Strong duality result for non-convex problem with two quadratic functions

Question

We are given the problem \begin{equation}\label{primal} \begin{aligned} & \underset{x}{\text{minimize}} & & x^TA_0x+2b_0^Tx+c_0 \\ & \text{subject to} & & x^TA_1x+2b_1^Tx+c_1 \leq 0 \\ \end{aligned} \end{equation}
where the $A_i$ are symmetric matrices which are NOT asssumed to be positive semi-definite; this is why this is a non-convex optimisation problem.

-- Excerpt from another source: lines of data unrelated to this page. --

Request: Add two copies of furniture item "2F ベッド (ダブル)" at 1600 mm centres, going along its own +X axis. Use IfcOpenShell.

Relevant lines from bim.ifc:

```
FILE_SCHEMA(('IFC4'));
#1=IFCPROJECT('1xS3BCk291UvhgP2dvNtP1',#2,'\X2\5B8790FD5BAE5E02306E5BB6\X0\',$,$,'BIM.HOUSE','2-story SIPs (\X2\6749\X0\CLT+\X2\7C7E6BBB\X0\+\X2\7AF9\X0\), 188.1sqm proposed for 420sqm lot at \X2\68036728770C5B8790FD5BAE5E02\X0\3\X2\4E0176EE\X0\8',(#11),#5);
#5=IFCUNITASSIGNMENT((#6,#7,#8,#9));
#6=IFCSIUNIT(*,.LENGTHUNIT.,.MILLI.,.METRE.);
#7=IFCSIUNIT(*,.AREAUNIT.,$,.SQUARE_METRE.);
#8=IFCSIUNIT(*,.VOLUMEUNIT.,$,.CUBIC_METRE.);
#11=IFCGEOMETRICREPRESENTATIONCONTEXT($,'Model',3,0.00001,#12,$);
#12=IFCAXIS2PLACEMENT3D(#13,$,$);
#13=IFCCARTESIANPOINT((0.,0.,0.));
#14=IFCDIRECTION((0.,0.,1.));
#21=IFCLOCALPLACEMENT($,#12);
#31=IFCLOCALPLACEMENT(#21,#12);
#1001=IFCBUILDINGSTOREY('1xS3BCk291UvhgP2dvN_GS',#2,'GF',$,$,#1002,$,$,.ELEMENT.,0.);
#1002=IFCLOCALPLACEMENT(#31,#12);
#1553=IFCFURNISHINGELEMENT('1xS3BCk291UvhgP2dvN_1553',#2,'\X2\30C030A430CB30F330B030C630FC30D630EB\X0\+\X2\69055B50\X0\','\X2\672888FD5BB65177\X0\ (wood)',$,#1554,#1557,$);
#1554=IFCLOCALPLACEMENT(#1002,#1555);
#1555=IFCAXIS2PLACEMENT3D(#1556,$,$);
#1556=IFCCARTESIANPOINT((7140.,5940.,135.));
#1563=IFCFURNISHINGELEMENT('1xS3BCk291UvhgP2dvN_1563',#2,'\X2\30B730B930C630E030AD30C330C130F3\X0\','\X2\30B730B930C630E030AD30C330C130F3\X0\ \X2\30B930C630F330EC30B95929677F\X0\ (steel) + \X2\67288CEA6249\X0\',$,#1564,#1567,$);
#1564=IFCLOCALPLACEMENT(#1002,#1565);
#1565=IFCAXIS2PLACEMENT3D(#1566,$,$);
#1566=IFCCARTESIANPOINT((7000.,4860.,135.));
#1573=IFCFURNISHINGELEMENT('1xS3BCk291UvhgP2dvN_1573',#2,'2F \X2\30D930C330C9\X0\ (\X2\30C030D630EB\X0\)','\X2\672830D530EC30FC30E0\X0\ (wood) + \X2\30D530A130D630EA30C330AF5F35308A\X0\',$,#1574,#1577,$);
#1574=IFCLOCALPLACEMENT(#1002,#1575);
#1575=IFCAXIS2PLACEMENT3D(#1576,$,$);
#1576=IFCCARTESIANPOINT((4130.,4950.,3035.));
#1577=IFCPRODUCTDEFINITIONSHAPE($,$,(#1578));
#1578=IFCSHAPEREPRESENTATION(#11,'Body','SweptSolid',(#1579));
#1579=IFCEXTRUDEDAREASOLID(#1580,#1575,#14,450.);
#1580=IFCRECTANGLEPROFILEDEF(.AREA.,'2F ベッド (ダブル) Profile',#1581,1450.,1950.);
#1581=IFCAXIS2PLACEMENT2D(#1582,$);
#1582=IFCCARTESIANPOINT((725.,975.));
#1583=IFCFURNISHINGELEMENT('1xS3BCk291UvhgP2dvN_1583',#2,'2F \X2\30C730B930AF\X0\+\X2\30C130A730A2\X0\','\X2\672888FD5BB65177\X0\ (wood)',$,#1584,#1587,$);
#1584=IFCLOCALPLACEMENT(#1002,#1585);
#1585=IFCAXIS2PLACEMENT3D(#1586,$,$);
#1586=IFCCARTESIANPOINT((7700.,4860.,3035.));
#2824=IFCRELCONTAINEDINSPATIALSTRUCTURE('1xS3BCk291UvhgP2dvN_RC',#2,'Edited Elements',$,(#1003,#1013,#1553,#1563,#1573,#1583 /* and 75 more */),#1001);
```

```python
import ifcopenshell
import ifcopenshell.api.geometry
import ifcopenshell.api.root
import ifcopenshell.util.element
import ifcopenshell.util.placement
import ifcopenshell.util.unit

model = ifcopenshell.open("bim.ifc")
unit_scale = ifcopenshell.util.unit.calculate_unit_scale(model)


def reuse_history(source, copy):
    """copy_class also copies each property set's owner history, people and application; keep the originals."""
    for rel in copy.IsDefinedBy:
        if rel.is_a("IfcRelDefinesByProperties") and (history := rel.RelatingPropertyDefinition.OwnerHistory):
            rel.RelatingPropertyDefinition.OwnerHistory = source.OwnerHistory
            ifcopenshell.util.element.remove_deep2(model, history)


source = model.by_guid("1xS3BCk291UvhgP2dvN_1573")
base = ifcopenshell.util.placement.get_local_placement(source.ObjectPlacement)
step = base[:3, 0] * 1.6 / unit_scale

for i in range(1, 3):
    copy = ifcopenshell.api.root.copy_class(model, product=source)
    copy.Representation = ifcopenshell.util.element.copy_deep(
        model, source.Representation, exclude=["IfcGeometricRepresentationContext", "IfcRepresentationMap"]
    )
    reuse_history(source, copy)
    matrix = base.copy()
    matrix[:3, 3] += i * step
    print("added at", matrix[:3, 3].round(3) + 0.0)
    ifcopenshell.api.geometry.edit_object_placement(model, product=copy, matrix=matrix, is_si=False)

model.write("bim_updated.ifc")
```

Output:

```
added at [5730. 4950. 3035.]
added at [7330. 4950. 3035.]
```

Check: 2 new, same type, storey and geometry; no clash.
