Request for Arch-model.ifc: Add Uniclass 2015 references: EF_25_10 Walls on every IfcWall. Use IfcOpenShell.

First a look at what the model holds.

```python
import ifcopenshell

model = ifcopenshell.open("Arch-model.ifc")
print(model.schema)
print("classifications:", [c.Name for c in model.by_type("IfcClassification")])
for ifc_class in ("IfcDoor", "IfcRoof", "IfcStair", "IfcWall", "IfcWindow"):
    print(ifc_class, len(model.by_type(ifc_class)))
```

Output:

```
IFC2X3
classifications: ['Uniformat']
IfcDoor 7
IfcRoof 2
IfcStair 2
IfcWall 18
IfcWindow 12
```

```python
import ifcopenshell
import ifcopenshell.api.classification

model = ifcopenshell.open("Arch-model.ifc")

# IFC2X3 requires Source and Edition and has no link from the project to the system.
system = model.create_entity("IfcClassification", Source="NBS", Edition="2015", Name="Uniclass 2015")

codes = {
    "IfcWall": ("EF_25_10", "Walls"),
}
for ifc_class, (code, name) in codes.items():
    products = model.by_type(ifc_class)
    ifcopenshell.api.classification.add_reference(
        model, products=products, classification=system, identification=code, name=name
    )
    print(code, len(products))

model.write("Arch-model_v2.ifc")
```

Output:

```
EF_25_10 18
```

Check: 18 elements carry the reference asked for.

I am able to derive its dual problem using Schur complement trick as \begin{equation}\label{dual} \begin{aligned} & \underset{\gamma, \lambda}{\text{maximize}} & & \gamma \\ & \text{subject to} & & \lambda \geq 0 \\ & & & \begin{bmatrix}A_0+\lambda A_1 & b_0 + \lambda b_1 \\ (b_0 + \lambda b_1)^T & c_0 + \lambda c_1 - \gamma\end{bmatrix} \succeq 0 \end{aligned} \end{equation} Now the reference claims that the dual problem of the SDP is an SDP with variables $X\in S^n, x\in R^n$ \begin{equation}\label{dualdual} \begin{aligned} & \underset{x, X}{\text{minimize}} & & {tr}(A_0X)+2b_0^T x + c_0\\ & \text{subject to} & & {tr}(A_1X)+2b_1^Tx+c_1 \leq 0\\ & & & \begin{bmatrix}X & x \\ x^T & 1\end{bmatrix} \succeq 0 \end{aligned} \end{equation}
How can I derive this?

Answer 1

Taking hints form this Derive the dual of the semidefinite program $\max_Y{\rm Tr}(X^T Y)$ subject to $\begin{pmatrix}I&Y\\ Y^T&I\end{pmatrix}\succeq0$

I was able to work out the following: We introduce Lagrange variables $\alpha$ and $\begin{bmatrix} X & x \\ x^T & \beta\end{bmatrix}$ and write the Lagrangian as $\mathcal L(\gamma, \lambda, \alpha, X, x, \beta) = -\gamma - \langle \alpha, \lambda \rangle -\langle\begin{bmatrix} X & x \\ x^T & \beta\end{bmatrix}, \begin{bmatrix}A_0+\lambda A_1 & b_0 + \lambda b_1 \\ (b_0 + \lambda b_1)^T & c_0 + \lambda c_1 - \gamma\end{bmatrix}\rangle$. Now the dual function is $g(\alpha, X, x, \beta)=\inf_{\gamma, \lambda}\mathcal L(\gamma, \lambda, \alpha, X, x, \beta) = \begin{cases}-\langle X, A_0\rangle-2\langle x, b_0\rangle-\langle\beta, c_0\rangle & -I + \beta =0, \ \alpha + \langle X, A_1\rangle+2\langle x, b_1\rangle+\langle\beta, c_1\rangle \\ -\infty & otherwise\end{cases}$. Now, substituting $\beta=I$ and using $\alpha\succeq 0$ this can be written as the following dual problem

\begin{equation} \begin{aligned} & \underset{x, X}{\text{minimize}} & & {tr}(A_0X)+2b_0^T x + c_0\\ & \text{subject to} & & {tr}(A_1X)+2b_1^Tx+c_1 \leq 0\\ & & & \begin{bmatrix}X & x \\ x^T & 1\end{bmatrix} \succeq 0 \end{aligned} \end{equation}

The last inequality is the condition that Lagrangian multiplier should be PSD.